江畑:歌詞って、もちろん内容も大事だと思うんですけど、僕はリズムやメロディーを殺さない歌詞の乗せ方っていうのがすごく気になるんです。譜割りに対しての文節の区切り方とか、そういうのが合ってないと違和感があって、それは知らず知らずに桑田さんから学んだ部分だと思います。やっぱり英語にはどうしても敵わない部分があるんですけど、それをなんとか日本語で、メロディーやグルーヴを殺さないように言葉を乗せるっていうことを、桑田さんはすごく大事にしてきたと思うんですね。
―もともとは、すごく洋楽的なバンドですもんね。
江畑:今って、そういうのを大事にしてる人が少ないと思うんです。もちろん僕にも「メロディーやリズムが死んじゃうけど、この言葉をどうしても入れたい」ってときはありますけど、なるべくそういうことを少なくしたいっていうのは、間違いなく桑田さんの影響だと思いますね。
偶然10周年をみんなで乾杯して祝うような曲になって、そういうのは素敵だなって思いますね。
―アルバムにはダニエル・パウターに提供した“Cheers To Us”のセルフカバーも収録されていますが、リズムやメロディーの良さを消さない言葉の乗せ方という意味では、洋楽から受けた影響も大きいですか?
江畑:僕、洋楽はほとんど聴かないで来たんですよ。デビューしてから、「これ知らないの?」って言われる恥ずかしい現場がたくさんあったんですけど(笑)、自分から聴きたくて洋楽を聴くようになったのは、ホントにこの3、4年です。
―それってすごく珍しいですよね。洋楽を聴いてなかったっていうこと自体もそうかもしれないけど、メロディーに対する言葉の乗せ方を気にする人って、洋楽畑の出身がほとんどだと思うんです。

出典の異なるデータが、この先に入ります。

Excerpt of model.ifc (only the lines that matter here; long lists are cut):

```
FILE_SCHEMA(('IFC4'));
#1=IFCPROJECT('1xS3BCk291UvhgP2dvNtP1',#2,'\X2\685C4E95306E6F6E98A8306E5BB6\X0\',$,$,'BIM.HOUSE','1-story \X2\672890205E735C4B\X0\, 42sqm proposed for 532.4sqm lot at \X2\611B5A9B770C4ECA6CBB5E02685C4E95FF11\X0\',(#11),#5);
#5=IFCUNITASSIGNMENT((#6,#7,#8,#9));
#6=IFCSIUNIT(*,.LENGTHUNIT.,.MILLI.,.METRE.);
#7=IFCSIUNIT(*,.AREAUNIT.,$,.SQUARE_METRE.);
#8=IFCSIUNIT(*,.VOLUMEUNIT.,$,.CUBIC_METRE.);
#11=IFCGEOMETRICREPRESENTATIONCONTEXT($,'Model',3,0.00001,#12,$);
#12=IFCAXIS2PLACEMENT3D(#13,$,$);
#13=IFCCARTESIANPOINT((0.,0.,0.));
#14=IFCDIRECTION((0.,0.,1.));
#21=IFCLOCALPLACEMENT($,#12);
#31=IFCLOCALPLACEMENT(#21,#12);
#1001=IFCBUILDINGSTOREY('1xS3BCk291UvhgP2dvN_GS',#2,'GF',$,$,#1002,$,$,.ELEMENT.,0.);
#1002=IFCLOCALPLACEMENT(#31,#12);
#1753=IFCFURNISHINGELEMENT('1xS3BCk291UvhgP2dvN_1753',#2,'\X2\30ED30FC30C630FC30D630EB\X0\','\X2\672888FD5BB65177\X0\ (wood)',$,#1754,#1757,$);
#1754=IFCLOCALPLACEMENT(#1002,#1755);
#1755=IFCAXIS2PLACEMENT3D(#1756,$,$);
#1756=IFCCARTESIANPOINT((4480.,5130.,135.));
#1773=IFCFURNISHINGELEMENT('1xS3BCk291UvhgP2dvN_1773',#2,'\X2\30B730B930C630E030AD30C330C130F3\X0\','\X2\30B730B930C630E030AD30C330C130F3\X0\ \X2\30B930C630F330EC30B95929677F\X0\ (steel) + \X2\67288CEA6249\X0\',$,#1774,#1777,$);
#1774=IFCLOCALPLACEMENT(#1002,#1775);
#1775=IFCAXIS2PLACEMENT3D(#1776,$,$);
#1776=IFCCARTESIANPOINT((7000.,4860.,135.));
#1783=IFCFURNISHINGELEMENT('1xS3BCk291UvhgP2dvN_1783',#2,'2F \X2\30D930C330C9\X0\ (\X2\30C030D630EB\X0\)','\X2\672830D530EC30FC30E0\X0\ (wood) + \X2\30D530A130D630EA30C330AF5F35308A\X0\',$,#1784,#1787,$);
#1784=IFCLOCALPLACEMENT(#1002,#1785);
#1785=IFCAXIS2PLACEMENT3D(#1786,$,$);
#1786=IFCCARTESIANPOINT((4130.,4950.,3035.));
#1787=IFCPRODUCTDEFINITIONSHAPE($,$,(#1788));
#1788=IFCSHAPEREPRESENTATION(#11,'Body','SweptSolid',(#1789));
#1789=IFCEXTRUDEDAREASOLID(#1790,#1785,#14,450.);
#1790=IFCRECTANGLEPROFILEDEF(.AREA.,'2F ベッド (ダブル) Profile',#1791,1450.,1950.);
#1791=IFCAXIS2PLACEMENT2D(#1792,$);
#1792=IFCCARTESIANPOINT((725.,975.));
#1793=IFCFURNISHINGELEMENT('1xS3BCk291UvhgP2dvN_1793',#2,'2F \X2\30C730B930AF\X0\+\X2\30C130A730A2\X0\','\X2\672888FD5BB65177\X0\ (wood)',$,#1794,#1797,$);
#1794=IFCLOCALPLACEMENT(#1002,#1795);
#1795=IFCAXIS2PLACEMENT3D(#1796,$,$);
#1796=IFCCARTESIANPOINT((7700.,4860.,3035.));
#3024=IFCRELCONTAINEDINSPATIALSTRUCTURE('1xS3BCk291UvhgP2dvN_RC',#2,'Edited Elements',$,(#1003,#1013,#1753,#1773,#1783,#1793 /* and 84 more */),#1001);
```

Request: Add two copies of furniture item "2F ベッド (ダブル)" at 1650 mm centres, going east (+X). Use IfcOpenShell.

```python
import numpy as np
import ifcopenshell
import ifcopenshell.api.geometry
import ifcopenshell.api.root
import ifcopenshell.util.element
import ifcopenshell.util.placement
import ifcopenshell.util.unit

model = ifcopenshell.open("model.ifc")
unit_scale = ifcopenshell.util.unit.calculate_unit_scale(model)


def reuse_history(source, copy):
    """copy_class also copies each property set's owner history, people and application; keep the originals."""
    for rel in copy.IsDefinedBy:
        if rel.is_a("IfcRelDefinesByProperties") and (history := rel.RelatingPropertyDefinition.OwnerHistory):
            rel.RelatingPropertyDefinition.OwnerHistory = source.OwnerHistory
            ifcopenshell.util.element.remove_deep2(model, history)


source = model.by_guid("1xS3BCk291UvhgP2dvN_1783")
base = ifcopenshell.util.placement.get_local_placement(source.ObjectPlacement)
step = np.array([1.0, 0.0, 0.0]) * 1.65 / unit_scale

for i in range(1, 3):
    copy = ifcopenshell.api.root.copy_class(model, product=source)
    copy.Representation = ifcopenshell.util.element.copy_deep(
        model, source.Representation, exclude=["IfcGeometricRepresentationContext", "IfcRepresentationMap"]
    )
    reuse_history(source, copy)
    matrix = base.copy()
    matrix[:3, 3] += i * step
    print("added at", matrix[:3, 3].round(3) + 0.0)
    ifcopenshell.api.geometry.edit_object_placement(model, product=copy, matrix=matrix, is_si=False)

model.write("model_updated.ifc")
```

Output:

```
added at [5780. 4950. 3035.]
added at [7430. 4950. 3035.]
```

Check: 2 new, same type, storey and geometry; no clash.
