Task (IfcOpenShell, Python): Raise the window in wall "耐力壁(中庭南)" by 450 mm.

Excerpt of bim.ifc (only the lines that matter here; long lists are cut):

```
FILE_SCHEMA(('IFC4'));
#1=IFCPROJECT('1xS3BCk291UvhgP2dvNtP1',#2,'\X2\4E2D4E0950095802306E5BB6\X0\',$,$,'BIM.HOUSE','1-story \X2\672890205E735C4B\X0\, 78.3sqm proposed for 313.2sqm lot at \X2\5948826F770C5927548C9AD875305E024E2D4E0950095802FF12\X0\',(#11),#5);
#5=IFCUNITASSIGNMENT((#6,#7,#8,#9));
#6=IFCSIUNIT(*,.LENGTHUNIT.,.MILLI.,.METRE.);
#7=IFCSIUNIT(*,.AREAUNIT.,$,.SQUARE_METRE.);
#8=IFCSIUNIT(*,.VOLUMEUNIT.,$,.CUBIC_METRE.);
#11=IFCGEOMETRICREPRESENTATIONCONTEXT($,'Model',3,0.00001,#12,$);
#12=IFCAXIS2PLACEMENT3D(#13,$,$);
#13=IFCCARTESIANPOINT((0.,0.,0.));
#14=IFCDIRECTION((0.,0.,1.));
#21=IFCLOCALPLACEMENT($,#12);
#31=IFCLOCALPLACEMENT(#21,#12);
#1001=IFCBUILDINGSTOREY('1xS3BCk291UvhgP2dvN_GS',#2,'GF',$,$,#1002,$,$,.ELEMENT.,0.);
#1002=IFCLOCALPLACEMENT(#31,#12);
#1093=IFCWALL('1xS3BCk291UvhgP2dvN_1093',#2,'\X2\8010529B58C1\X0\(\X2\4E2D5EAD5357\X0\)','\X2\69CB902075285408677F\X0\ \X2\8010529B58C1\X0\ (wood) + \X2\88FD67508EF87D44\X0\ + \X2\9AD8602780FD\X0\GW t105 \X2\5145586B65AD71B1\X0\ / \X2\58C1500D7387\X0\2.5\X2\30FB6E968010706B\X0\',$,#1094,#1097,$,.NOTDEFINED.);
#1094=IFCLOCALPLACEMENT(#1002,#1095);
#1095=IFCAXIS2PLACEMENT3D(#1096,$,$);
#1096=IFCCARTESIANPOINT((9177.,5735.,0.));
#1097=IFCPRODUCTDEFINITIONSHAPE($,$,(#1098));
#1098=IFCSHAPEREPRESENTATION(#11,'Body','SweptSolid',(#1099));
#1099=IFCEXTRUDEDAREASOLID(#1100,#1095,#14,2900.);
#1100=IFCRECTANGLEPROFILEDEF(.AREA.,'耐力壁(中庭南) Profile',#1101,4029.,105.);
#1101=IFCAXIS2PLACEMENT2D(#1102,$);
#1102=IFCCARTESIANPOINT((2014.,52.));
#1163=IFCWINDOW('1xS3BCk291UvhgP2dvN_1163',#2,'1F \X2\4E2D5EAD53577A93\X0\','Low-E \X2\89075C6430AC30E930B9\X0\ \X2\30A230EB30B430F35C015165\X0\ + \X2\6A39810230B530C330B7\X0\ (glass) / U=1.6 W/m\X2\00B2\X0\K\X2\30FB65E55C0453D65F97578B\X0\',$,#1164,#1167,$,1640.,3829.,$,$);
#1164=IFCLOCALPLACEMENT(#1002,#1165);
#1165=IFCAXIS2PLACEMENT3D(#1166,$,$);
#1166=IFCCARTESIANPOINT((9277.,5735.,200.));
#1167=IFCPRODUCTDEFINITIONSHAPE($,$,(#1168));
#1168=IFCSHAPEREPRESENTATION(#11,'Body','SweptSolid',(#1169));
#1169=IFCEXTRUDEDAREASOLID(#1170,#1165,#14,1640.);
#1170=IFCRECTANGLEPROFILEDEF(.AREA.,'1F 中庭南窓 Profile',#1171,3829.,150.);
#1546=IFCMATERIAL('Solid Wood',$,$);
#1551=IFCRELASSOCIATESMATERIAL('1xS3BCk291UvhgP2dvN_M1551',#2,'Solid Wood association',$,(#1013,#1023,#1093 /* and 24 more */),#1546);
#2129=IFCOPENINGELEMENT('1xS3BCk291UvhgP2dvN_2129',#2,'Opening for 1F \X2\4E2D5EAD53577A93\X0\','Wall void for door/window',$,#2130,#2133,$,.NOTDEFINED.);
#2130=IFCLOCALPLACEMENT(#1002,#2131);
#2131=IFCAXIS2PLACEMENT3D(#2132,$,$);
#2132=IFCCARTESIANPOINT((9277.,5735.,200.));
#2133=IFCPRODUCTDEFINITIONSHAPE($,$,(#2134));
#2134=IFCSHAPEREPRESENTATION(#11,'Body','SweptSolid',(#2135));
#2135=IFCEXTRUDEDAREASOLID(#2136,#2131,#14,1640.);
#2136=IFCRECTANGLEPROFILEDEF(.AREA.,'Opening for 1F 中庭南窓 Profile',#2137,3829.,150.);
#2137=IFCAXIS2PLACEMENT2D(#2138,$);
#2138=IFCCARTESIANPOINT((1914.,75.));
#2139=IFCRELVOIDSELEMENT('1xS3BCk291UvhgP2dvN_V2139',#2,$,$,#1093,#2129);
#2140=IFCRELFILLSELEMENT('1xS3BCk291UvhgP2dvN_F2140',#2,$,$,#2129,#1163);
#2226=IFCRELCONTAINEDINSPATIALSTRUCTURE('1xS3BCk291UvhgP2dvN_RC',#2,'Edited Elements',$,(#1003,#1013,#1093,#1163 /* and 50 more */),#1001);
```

```python
import numpy as np
import ifcopenshell
import ifcopenshell.api.geometry
import ifcopenshell.util.placement
import ifcopenshell.util.unit

model = ifcopenshell.open("bim.ifc")
unit_scale = ifcopenshell.util.unit.calculate_unit_scale(model)

window = model.by_guid("1xS3BCk291UvhgP2dvN_1163")
opening = window.FillsVoids[0].RelatingOpeningElement
dz = 0.45 / unit_scale

shift = np.array([0.0, 0.0, dz])
# The window is not placed relative to its opening, so move both.
for product in (opening, window):
    matrix = ifcopenshell.util.placement.get_local_placement(product.ObjectPlacement)
    matrix[:3, 3] += shift
    ifcopenshell.api.geometry.edit_object_placement(model, product=product, matrix=matrix, is_si=False)

print(f"moved by {dz * unit_scale:+.3f} m")

model.write("bim_edited.ifc")
```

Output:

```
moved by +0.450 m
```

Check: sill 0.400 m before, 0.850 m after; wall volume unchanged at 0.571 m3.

江畑:僕は完全に桑田さんなんでしょうね。それこそ昔は意味のない歌詞も多かったし、ライブでやるのにも歌詞がなくて、サビの1フレーズぐらい決まってれば、あとは何でもいいと思ってたんで。一度歌詞がないままテレビに出たこともありますよ(笑)。
―それ、すごいですね(笑)。でも、今は歌詞の意味性もかなり意識するようになってるわけですよね?

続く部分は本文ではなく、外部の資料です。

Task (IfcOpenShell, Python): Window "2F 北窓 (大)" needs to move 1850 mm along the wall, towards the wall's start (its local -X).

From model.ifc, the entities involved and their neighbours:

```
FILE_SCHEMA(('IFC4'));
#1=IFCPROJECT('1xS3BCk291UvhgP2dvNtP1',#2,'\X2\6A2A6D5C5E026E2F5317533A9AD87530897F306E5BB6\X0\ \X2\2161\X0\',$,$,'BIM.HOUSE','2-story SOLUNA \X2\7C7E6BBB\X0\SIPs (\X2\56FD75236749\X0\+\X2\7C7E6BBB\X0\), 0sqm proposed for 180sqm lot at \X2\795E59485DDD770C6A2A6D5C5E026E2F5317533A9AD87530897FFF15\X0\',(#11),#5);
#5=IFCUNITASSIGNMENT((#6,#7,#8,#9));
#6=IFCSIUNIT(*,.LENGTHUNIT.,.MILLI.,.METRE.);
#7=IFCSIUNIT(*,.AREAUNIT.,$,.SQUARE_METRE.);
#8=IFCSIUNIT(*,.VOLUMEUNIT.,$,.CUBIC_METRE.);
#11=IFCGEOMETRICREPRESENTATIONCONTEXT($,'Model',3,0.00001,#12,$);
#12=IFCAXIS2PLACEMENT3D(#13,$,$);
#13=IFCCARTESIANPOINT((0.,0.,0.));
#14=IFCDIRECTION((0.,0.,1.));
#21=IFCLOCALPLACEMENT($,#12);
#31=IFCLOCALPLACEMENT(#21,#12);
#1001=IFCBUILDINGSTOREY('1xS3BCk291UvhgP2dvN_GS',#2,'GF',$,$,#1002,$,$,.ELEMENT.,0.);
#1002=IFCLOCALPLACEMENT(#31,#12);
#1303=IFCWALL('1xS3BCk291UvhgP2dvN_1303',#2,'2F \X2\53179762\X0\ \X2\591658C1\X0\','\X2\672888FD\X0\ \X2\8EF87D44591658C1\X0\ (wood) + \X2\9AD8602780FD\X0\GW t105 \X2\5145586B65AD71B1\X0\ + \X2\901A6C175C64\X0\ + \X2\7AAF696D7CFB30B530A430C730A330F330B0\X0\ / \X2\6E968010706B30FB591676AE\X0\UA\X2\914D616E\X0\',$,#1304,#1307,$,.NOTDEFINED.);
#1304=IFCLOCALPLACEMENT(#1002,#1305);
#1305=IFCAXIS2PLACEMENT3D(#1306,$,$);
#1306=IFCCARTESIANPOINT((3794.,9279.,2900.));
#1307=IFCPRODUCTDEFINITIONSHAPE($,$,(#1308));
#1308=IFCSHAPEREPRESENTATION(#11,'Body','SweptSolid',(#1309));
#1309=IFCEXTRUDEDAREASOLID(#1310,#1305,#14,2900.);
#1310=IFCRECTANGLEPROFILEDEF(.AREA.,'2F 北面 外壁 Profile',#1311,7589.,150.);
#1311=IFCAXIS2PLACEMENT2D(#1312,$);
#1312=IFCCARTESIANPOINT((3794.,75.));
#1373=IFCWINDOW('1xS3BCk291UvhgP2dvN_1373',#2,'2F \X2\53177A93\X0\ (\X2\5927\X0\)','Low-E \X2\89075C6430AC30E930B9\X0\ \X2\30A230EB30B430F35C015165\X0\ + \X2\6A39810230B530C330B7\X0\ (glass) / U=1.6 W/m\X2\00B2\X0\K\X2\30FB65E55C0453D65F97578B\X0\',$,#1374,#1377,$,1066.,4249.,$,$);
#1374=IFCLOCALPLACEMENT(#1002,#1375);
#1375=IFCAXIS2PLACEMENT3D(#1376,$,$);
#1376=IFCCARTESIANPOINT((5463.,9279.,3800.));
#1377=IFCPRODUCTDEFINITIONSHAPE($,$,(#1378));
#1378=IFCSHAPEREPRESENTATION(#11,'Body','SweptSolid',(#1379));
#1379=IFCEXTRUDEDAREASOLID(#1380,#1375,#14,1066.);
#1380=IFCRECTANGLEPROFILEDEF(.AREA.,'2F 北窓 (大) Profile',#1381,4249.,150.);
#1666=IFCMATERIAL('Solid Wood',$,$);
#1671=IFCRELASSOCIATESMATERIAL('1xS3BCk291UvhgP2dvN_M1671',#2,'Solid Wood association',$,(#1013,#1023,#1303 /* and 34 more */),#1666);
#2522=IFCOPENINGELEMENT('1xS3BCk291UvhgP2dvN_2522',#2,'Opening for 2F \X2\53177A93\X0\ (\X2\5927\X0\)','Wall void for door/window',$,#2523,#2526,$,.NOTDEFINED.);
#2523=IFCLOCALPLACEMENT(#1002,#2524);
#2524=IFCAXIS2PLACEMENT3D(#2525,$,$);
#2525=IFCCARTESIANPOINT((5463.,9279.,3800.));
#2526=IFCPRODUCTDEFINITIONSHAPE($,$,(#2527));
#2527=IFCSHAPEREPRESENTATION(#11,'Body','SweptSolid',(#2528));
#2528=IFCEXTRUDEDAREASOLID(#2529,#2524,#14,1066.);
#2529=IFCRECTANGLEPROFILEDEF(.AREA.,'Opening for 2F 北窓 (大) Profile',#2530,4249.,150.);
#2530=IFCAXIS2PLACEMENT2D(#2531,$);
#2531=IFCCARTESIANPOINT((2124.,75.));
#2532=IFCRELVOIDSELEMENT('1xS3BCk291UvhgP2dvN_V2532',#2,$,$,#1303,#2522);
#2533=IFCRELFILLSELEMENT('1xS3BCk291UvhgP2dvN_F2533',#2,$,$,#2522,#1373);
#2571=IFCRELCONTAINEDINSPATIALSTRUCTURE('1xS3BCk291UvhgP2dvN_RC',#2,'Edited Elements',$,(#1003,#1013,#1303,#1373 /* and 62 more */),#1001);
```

```python
import ifcopenshell
import ifcopenshell.api.geometry
import ifcopenshell.util.placement

model = ifcopenshell.open("model.ifc")

window = model.by_id(1373)
opening = window.FillsVoids[0].RelatingOpeningElement
wall = opening.VoidsElements[0].RelatingBuildingElement

wall_matrix = ifcopenshell.util.placement.get_local_placement(wall.ObjectPlacement)
shift = wall_matrix[:3, 0] * -1850.0
before = ifcopenshell.util.placement.get_local_placement(window.ObjectPlacement)[:3, 3].copy()

# The window is not placed relative to its opening, so move both.
for product in (opening, window):
    matrix = ifcopenshell.util.placement.get_local_placement(product.ObjectPlacement)
    matrix[:3, 3] += shift
    ifcopenshell.api.geometry.edit_object_placement(model, product=product, matrix=matrix, is_si=False)

after = ifcopenshell.util.placement.get_local_placement(window.ObjectPlacement)[:3, 3]
print("window moved by", (after - before).round(3) + 0.0)

model.write("model_rev.ifc")
```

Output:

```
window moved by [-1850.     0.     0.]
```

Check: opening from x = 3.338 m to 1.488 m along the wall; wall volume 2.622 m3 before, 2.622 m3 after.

江畑:今はそうなんですけど、最初は「意味が分からない」とか「ストーリーがぼやけてる」とか歌詞についていろいろ言われても、素直に受け止められなかったりもして。
―でもさきほどおっしゃっていたように、意地にならずにやってみた?
江畑:そうですね。とにかく「やらなきゃ」と思ってやっていくうちに、言葉とメロディーがはまったときの感覚が納得できるようになってきたんですよね。リズムやメロディーを凌駕してしまうほどの言葉の強さっていうのも絶対にあって、それは経験として、徐々にわかってきたって感じです。
―今回のセルフカバーは、ダニエルが英語で歌っていたものを、日本語で歌っているわけですが、やはり難しい作業でしたか?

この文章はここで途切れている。